▶ _WORK REQUIRED_
Reproduce the entries exactly.

(Records contained in a dataset)
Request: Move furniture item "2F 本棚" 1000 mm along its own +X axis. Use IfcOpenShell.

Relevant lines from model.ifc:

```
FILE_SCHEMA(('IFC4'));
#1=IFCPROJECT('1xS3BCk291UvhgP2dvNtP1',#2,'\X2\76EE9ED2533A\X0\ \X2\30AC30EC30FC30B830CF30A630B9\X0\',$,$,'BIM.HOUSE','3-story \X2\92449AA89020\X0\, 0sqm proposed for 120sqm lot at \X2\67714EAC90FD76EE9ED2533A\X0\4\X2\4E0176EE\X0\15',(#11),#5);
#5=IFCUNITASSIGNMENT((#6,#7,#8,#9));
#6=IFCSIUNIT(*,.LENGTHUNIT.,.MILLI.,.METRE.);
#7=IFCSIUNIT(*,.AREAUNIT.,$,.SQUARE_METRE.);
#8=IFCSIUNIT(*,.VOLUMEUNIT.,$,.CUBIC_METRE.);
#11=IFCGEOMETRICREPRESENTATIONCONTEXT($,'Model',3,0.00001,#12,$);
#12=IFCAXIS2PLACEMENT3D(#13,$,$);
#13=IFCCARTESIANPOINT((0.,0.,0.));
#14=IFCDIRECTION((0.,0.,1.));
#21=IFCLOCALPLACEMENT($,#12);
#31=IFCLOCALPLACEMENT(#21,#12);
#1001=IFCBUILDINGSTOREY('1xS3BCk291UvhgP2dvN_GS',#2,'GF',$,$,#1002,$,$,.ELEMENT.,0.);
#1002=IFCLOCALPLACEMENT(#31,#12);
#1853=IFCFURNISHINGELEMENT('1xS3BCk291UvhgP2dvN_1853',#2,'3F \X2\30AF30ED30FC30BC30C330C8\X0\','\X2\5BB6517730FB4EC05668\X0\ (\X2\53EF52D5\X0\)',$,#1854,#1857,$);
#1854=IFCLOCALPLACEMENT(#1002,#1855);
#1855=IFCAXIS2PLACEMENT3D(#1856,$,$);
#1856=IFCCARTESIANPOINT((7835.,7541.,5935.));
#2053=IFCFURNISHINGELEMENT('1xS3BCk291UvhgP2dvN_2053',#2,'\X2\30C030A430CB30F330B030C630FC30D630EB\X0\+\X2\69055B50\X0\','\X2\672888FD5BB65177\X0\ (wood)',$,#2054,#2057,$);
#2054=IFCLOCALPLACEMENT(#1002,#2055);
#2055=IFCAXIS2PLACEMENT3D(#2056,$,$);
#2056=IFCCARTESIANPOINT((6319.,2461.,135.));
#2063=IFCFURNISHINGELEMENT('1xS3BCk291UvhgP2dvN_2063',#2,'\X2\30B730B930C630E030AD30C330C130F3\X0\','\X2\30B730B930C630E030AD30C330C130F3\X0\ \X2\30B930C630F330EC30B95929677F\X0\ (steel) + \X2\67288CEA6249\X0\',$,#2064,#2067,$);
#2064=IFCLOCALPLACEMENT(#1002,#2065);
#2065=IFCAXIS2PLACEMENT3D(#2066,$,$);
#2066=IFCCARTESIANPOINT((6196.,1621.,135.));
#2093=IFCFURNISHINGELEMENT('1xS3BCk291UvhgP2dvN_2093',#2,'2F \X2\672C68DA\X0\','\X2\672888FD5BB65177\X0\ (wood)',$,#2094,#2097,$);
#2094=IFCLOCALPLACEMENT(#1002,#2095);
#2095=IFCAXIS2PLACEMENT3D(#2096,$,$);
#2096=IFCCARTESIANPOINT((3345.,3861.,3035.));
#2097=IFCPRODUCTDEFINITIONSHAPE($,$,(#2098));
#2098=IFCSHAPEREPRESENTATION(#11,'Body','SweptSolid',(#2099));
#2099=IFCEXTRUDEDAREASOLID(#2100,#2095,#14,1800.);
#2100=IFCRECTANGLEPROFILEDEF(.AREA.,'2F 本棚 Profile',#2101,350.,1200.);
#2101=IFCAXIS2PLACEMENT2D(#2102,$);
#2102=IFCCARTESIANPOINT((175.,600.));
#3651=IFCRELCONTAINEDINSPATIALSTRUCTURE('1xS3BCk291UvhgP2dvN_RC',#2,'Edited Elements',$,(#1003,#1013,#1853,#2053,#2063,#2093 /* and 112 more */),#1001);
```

```python
import ifcopenshell
import ifcopenshell.api.geometry
import ifcopenshell.util.placement

model = ifcopenshell.open("model.ifc")

item = model.by_guid("1xS3BCk291UvhgP2dvN_2093")
matrix = ifcopenshell.util.placement.get_local_placement(item.ObjectPlacement)
matrix[:3, 3] += matrix[:3, 0] * 1000.0
ifcopenshell.api.geometry.edit_object_placement(model, product=item, matrix=matrix, is_si=False)

print(ifcopenshell.util.placement.get_local_placement(item.ObjectPlacement).round(3) + 0.0)

model.write("model-out.ifc")
```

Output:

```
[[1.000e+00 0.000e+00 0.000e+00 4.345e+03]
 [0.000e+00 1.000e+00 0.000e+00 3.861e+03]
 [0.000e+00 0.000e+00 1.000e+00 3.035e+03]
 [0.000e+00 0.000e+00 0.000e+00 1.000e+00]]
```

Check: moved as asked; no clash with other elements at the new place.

▶ _ANSWER SPACE_
Request: Move furniture item "2F 本棚" 1000 mm along its own +X axis. Use IfcOpenShell.

Relevant lines from model.ifc:

```
FILE_SCHEMA(('IFC4'));
#1=IFCPROJECT('1xS3BCk291UvhgP2dvNtP1',#2,'\X2\76EE9ED2533A\X0\ \X2\30AC30EC30FC30B830CF30A630B9\X0\',$,$,'BIM.HOUSE','3-story \X2\92449AA89020\X0\, 0sqm proposed for 120sqm lot at \X2\67714EAC90FD76EE9ED2533A\X0\4\X2\4E0176EE\X0\15',(#11),#5);
#5=IFCUNITASSIGNMENT((#6,#7,#8,#9));
#6=IFCSIUNIT(*,.LENGTHUNIT.,.MILLI.,.METRE.);
#7=IFCSIUNIT(*,.AREAUNIT.,$,.SQUARE_METRE.);
#8=IFCSIUNIT(*,.VOLUMEUNIT.,$,.CUBIC_METRE.);
#11=IFCGEOMETRICREPRESENTATIONCONTEXT($,'Model',3,0.00001,#12,$);
#12=IFCAXIS2PLACEMENT3D(#13,$,$);
#13=IFCCARTESIANPOINT((0.,0.,0.));
#14=IFCDIRECTION((0.,0.,1.));
#21=IFCLOCALPLACEMENT($,#12);
#31=IFCLOCALPLACEMENT(#21,#12);
#1001=IFCBUILDINGSTOREY('1xS3BCk291UvhgP2dvN_GS',#2,'GF',$,$,#1002,$,$,.ELEMENT.,0.);
#1002=IFCLOCALPLACEMENT(#31,#12);
#1853=IFCFURNISHINGELEMENT('1xS3BCk291UvhgP2dvN_1853',#2,'3F \X2\30AF30ED30FC30BC30C330C8\X0\','\X2\5BB6517730FB4EC05668\X0\ (\X2\53EF52D5\X0\)',$,#1854,#1857,$);
#1854=IFCLOCALPLACEMENT(#1002,#1855);
#1855=IFCAXIS2PLACEMENT3D(#1856,$,$);
#1856=IFCCARTESIANPOINT((7835.,7541.,5935.));
#2053=IFCFURNISHINGELEMENT('1xS3BCk291UvhgP2dvN_2053',#2,'\X2\30C030A430CB30F330B030C630FC30D630EB\X0\+\X2\69055B50\X0\','\X2\672888FD5BB65177\X0\ (wood)',$,#2054,#2057,$);
#2054=IFCLOCALPLACEMENT(#1002,#2055);
#2055=IFCAXIS2PLACEMENT3D(#2056,$,$);
#2056=IFCCARTESIANPOINT((6319.,2461.,135.));
#2063=IFCFURNISHINGELEMENT('1xS3BCk291UvhgP2dvN_2063',#2,'\X2\30B730B930C630E030AD30C330C130F3\X0\','\X2\30B730B930C630E030AD30C330C130F3\X0\ \X2\30B930C630F330EC30B95929677F\X0\ (steel) + \X2\67288CEA6249\X0\',$,#2064,#2067,$);
#2064=IFCLOCALPLACEMENT(#1002,#2065);
#2065=IFCAXIS2PLACEMENT3D(#2066,$,$);
#2066=IFCCARTESIANPOINT((6196.,1621.,135.));
#2093=IFCFURNISHINGELEMENT('1xS3BCk291UvhgP2dvN_2093',#2,'2F \X2\672C68DA\X0\','\X2\672888FD5BB65177\X0\ (wood)',$,#2094,#2097,$);
#2094=IFCLOCALPLACEMENT(#1002,#2095);
#2095=IFCAXIS2PLACEMENT3D(#2096,$,$);
#2096=IFCCARTESIANPOINT((3345.,3861.,3035.));
#2097=IFCPRODUCTDEFINITIONSHAPE($,$,(#2098));
#2098=IFCSHAPEREPRESENTATION(#11,'Body','SweptSolid',(#2099));
#2099=IFCEXTRUDEDAREASOLID(#2100,#2095,#14,1800.);
#2100=IFCRECTANGLEPROFILEDEF(.AREA.,'2F 本棚 Profile',#2101,350.,1200.);
#2101=IFCAXIS2PLACEMENT2D(#2102,$);
#2102=IFCCARTESIANPOINT((175.,600.));
#3651=IFCRELCONTAINEDINSPATIALSTRUCTURE('1xS3BCk291UvhgP2dvN_RC',#2,'Edited Elements',$,(#1003,#1013,#1853,#2053,#2063,#2093 /* and 112 more */),#1001);
```

```python
import ifcopenshell
import ifcopenshell.api.geometry
import ifcopenshell.util.placement

model = ifcopenshell.open("model.ifc")

item = model.by_guid("1xS3BCk291UvhgP2dvN_2093")
matrix = ifcopenshell.util.placement.get_local_placement(item.ObjectPlacement)
matrix[:3, 3] += matrix[:3, 0] * 1000.0
ifcopenshell.api.geometry.edit_object_placement(model, product=item, matrix=matrix, is_si=False)

print(ifcopenshell.util.placement.get_local_placement(item.ObjectPlacement).round(3) + 0.0)

model.write("model-out.ifc")
```

Output:

```
[[1.000e+00 0.000e+00 0.000e+00 4.345e+03]
 [0.000e+00 1.000e+00 0.000e+00 3.861e+03]
 [0.000e+00 0.000e+00 1.000e+00 3.035e+03]
 [0.000e+00 0.000e+00 0.000e+00 1.000e+00]]
```

Check: moved as asked; no clash with other elements at the new place.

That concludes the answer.